I.A.1>o)  En Allemagne = Kraepelin/Bleuler

 

     L'exposé de Josette Léonard manque, mais nous lui avons substitué quelques notes prises à la lecture du livre déjà cité de Paul Bercherie.

 

I. A. 1. aa . École Allemande pré-kraepelinienne.

     Reste plus proche de Pinel et d'Esquirol que de Falret, malgré les efforts de Kahlbaum pour faire connaître ce dernier chez les auteurs allemands. "Ainsi, si l'école allemande reprend le terme de paranoïa, c'est pour lui faire désigner le syndrome délirant, la monomanie intellectuelle de Baillarger, sans égard à l'évolution, au terrain ou à la nature particulière du tableau."

 

     "Ce qui fait, au contraire, l'originalité des travaux alle­mands, c'est l'ampleur de l'effort de synthèse et de domination théorique des problèmes cliniques et l'interrelation des symptômes, là où selon Freud, les français relèguent les considérations phy­sio­logiques au second plan."

 

I.A.1.b. <Emil Kraepelin.

     "Orienté vers la psychiatrie par Wundt, Emil Kraepelin a toujours conçu la psychopathologie comme une pathologie des fonc­tions psychologiques telles qu'elles se dégagent de l'analyse du sujet normal, ce en quoi sa position est l'inverse de celle des français qui, après Auguste Comte et Claude Bernard, envisagent le normal par le biais de l'étude du pathologique. Son Traité qui se présente dans un premier temps dans la tradition syndromique de ses prédécesseurs, devient, dès la cinquième édition (1896), une somme de plus en plus monumentale sous l'influence de Kahlbaum qui l'in­troduit à l'enseignement de Falret dont il subira fortement l'in­fluen­ce quant aux orientations théoriques tout en suivant celle de Griesinger pour l'élaboration d'un édifice immense de la psychose unique." Griesinger concevait la folie ... comme un grand cycle, un procès où chaque espèce est une étape dans la dégradation progres­sive de l'esprit que représente la maladie mentale.

 

     "De Kahlbaum, Kraepelin reprend le concept d'entité morbide à forme clinico-évolutive et à éthio-pathogénie spécifique ainsi que l'accent sur la spécificité des états terminaux, avec la notion des signes particuliers les annonçant dès le début du cycle morbide.

 

     D'une part, il distingue les psychoses acquises... des formes "dégénératives", où la prédisposition pathologique de la personna­lité est au premier plan du trouble morbide (oligophrénies, trou­bles névrotiques ou psychopathiques). Pour le reste (les psycho­ses), il oppose en 1899 :

     - Les délires chroniques systématisés non hallucinatoires où le tableau clinique reste stable, la personnalité, l'affecti­vité, le jugement demeurant par ailleurs intacts pour tout ce qui concerne le domaine du délire. Il réserve le terme de paranoïa à la désignation de ces cas, conçus comme constitu­tionnels.

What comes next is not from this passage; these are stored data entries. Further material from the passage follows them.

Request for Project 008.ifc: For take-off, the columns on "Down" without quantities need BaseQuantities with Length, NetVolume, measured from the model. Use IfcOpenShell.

First a look at what the model holds.

```python
import ifcopenshell
import ifcopenshell.util.element
import ifcopenshell.util.unit

model = ifcopenshell.open("Project 008.ifc")
print(model.schema)
for unit_type in ("LENGTHUNIT", "AREAUNIT", "VOLUMEUNIT"):
    print(unit_type, ifcopenshell.util.unit.calculate_unit_scale(model, unit_type))
storey = next(s for s in model.by_type("IfcBuildingStorey") if s.Name == "Down")
columns = [e for e in ifcopenshell.util.element.get_decomposition(storey) if e.is_a("IfcColumn")]
for e in sorted(columns, key=lambda e: e.id()):
    print(e.id(), e.is_a(), e.Name, list(ifcopenshell.util.element.get_psets(e, qtos_only=True)), sep=" | ")
```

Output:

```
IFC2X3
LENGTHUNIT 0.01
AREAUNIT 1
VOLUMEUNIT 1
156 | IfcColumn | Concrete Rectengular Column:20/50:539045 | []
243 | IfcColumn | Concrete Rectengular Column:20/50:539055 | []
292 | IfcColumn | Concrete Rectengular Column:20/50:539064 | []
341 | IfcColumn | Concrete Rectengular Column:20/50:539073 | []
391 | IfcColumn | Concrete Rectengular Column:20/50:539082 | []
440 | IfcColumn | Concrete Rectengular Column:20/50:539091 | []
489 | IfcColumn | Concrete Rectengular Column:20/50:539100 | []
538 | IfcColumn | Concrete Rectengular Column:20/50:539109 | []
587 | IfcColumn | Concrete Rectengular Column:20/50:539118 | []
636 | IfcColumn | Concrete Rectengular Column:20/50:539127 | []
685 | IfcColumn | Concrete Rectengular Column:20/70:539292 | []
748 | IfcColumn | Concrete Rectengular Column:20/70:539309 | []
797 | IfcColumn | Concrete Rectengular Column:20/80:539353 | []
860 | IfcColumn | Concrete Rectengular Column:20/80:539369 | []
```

```python
import ifcopenshell
import ifcopenshell.api.pset
import ifcopenshell.geom
import ifcopenshell.util.element
import ifcopenshell.util.shape
import ifcopenshell.util.unit

model = ifcopenshell.open("Project 008.ifc")
unit_scale = ifcopenshell.util.unit.calculate_unit_scale(model)
volume_scale = ifcopenshell.util.unit.calculate_unit_scale(model, "VOLUMEUNIT")
settings = ifcopenshell.geom.settings()

storey = next(s for s in model.by_type("IfcBuildingStorey") if s.Name == "Down")
columns = [e for e in ifcopenshell.util.element.get_decomposition(storey) if e.is_a("IfcColumn")]

for e in sorted(columns, key=lambda e: e.id()):
    if ifcopenshell.util.element.get_psets(e, qtos_only=True, should_inherit=False):
        continue
    # Geometry comes back in metres, in the element's own axes.
    shape = ifcopenshell.geom.create_shape(settings, e)
    values = {
        "Length": ifcopenshell.util.shape.get_z(shape.geometry) / unit_scale,
        "NetVolume": ifcopenshell.util.shape.get_volume(shape.geometry) / volume_scale,
    }
    qto = ifcopenshell.api.pset.add_qto(model, product=e, name="BaseQuantities")
    ifcopenshell.api.pset.edit_qto(model, qto=qto, properties=values)
    print(e.id(), {k: round(v, 3) for k, v in values.items()})

model.write("Project 008-out.ifc")
```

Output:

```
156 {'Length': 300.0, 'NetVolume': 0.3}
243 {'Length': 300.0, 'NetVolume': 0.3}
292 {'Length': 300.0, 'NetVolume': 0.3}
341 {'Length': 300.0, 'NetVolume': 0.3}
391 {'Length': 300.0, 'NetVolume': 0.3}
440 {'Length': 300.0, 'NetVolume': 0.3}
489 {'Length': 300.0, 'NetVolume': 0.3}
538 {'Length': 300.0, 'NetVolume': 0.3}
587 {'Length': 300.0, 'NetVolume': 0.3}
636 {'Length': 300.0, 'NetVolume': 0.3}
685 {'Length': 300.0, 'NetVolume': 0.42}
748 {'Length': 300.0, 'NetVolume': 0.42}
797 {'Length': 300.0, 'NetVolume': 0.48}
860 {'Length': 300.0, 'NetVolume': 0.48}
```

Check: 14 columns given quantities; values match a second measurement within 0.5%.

     - Les états aigus : périodiques, laissant à leur détour un psychisme intact sans atteinte vraiment profonde de la per­sonnalité au cours des attaques, c'est la psychose maniaco-dépressive.

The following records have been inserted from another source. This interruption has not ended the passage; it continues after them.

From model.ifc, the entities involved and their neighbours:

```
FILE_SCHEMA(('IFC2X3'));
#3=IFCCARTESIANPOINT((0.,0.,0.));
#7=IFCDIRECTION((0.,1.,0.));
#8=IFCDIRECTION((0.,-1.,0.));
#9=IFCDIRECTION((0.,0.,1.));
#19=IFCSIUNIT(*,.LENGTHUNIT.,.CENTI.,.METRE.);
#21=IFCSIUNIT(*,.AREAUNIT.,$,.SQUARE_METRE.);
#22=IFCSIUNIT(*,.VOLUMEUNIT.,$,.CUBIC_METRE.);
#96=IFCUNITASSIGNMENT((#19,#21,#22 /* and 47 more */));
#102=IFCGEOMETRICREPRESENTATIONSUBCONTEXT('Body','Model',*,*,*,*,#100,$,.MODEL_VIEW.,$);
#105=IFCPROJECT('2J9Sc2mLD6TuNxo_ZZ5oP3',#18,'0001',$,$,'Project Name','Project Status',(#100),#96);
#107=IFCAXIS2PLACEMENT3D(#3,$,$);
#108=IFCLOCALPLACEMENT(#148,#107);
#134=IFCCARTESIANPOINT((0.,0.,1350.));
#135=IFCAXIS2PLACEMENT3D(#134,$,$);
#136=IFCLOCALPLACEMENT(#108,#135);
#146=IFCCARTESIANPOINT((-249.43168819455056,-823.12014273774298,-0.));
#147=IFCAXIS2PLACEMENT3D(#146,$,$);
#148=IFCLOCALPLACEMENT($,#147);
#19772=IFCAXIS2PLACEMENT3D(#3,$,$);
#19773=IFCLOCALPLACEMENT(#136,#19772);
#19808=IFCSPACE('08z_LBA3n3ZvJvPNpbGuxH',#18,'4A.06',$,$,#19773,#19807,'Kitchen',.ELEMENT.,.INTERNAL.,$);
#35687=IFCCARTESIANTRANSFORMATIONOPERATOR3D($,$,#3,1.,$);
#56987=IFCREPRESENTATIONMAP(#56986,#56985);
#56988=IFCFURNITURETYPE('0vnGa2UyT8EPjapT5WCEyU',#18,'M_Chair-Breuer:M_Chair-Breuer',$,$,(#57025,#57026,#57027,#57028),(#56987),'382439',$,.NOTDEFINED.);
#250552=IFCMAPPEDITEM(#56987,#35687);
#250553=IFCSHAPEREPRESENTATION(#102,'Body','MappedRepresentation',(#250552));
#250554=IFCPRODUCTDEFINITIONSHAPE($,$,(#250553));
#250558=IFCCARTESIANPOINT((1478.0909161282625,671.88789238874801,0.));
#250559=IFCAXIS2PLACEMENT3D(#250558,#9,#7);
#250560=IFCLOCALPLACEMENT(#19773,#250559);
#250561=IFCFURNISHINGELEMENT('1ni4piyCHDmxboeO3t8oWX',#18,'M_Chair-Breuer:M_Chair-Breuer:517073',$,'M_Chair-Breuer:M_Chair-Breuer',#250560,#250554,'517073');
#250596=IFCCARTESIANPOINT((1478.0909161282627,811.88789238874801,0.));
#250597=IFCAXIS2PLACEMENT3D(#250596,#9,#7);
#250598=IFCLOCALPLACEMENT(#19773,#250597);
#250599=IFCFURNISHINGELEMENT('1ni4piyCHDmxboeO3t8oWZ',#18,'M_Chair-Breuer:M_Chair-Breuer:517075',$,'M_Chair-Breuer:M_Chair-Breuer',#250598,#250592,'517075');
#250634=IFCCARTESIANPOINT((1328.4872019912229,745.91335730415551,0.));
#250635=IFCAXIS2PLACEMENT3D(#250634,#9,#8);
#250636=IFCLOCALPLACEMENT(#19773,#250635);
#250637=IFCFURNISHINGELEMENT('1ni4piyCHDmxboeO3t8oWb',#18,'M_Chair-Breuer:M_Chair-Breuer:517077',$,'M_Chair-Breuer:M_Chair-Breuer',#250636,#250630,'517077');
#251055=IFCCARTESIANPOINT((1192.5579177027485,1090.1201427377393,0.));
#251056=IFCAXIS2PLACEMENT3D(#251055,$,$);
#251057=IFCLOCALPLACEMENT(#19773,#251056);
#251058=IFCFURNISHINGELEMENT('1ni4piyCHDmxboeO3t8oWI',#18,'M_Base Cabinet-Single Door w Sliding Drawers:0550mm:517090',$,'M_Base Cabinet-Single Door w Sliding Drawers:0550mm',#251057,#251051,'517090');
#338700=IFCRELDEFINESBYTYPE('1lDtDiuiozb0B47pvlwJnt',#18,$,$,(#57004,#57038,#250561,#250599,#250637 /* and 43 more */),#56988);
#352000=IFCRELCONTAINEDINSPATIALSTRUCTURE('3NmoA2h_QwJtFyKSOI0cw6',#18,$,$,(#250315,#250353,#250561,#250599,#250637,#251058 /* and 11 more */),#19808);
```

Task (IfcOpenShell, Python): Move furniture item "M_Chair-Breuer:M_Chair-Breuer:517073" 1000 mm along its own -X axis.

```python
import ifcopenshell
import ifcopenshell.api.geometry
import ifcopenshell.util.placement
import ifcopenshell.util.unit

model = ifcopenshell.open("model.ifc")
unit_scale = ifcopenshell.util.unit.calculate_unit_scale(model)

item = model.by_guid("1ni4piyCHDmxboeO3t8oWX")
matrix = ifcopenshell.util.placement.get_local_placement(item.ObjectPlacement)
matrix[:3, 3] -= matrix[:3, 0] * 1 / unit_scale
ifcopenshell.api.geometry.edit_object_placement(model, product=item, matrix=matrix, is_si=False)

print(ifcopenshell.util.placement.get_local_placement(item.ObjectPlacement).round(3) + 0.0)

model.write("model_rev.ifc")
```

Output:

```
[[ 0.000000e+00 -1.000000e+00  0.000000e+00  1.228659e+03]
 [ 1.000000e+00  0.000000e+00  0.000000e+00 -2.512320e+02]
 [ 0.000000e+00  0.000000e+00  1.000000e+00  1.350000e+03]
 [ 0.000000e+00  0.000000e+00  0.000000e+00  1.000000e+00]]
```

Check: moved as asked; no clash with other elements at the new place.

     - Les états aigus chroniques, qui évoluent immanquablement vers une forme particulière de détérioration mentale où l'intelligence, la mémoire, l'orientation temporo-spatiale sont intactes alors qu'on remarque une atteinte profonde, primaire mais d'aggravation progressive, de l'affectivité, de la volonté et de l'attention (et donc du jugement) dans le sens de l'indifférence, de l'apathie, de la désagrégation de la personnalité. Ce sont les  processus démentiels ou démences précoces auxquels il adjoint toute la classe des psychoses dé­lirantes hallucinatoires que sa conception restreinte et homo­gène de la paranoïa l'en a amené à exclure et qu'il appelait jusque là paranoïas fantastiques".

 

     Kraepelin et la paraphrénie (1912-1913) : La huitième édition du Traité de Kraepelin, où est introduite la notion de paraphrénie, est une refonte de l'ensemble de l'édifice construit jusque là. La paranoïa n'est pas remaniée, sauf en ce qui concerne le retranche­ment du délire de quérulence. La refonte essentielle est le rempla­cement de la démence précoce par un groupe de démences endogènes : démences précoces restreintes + paraphrénies.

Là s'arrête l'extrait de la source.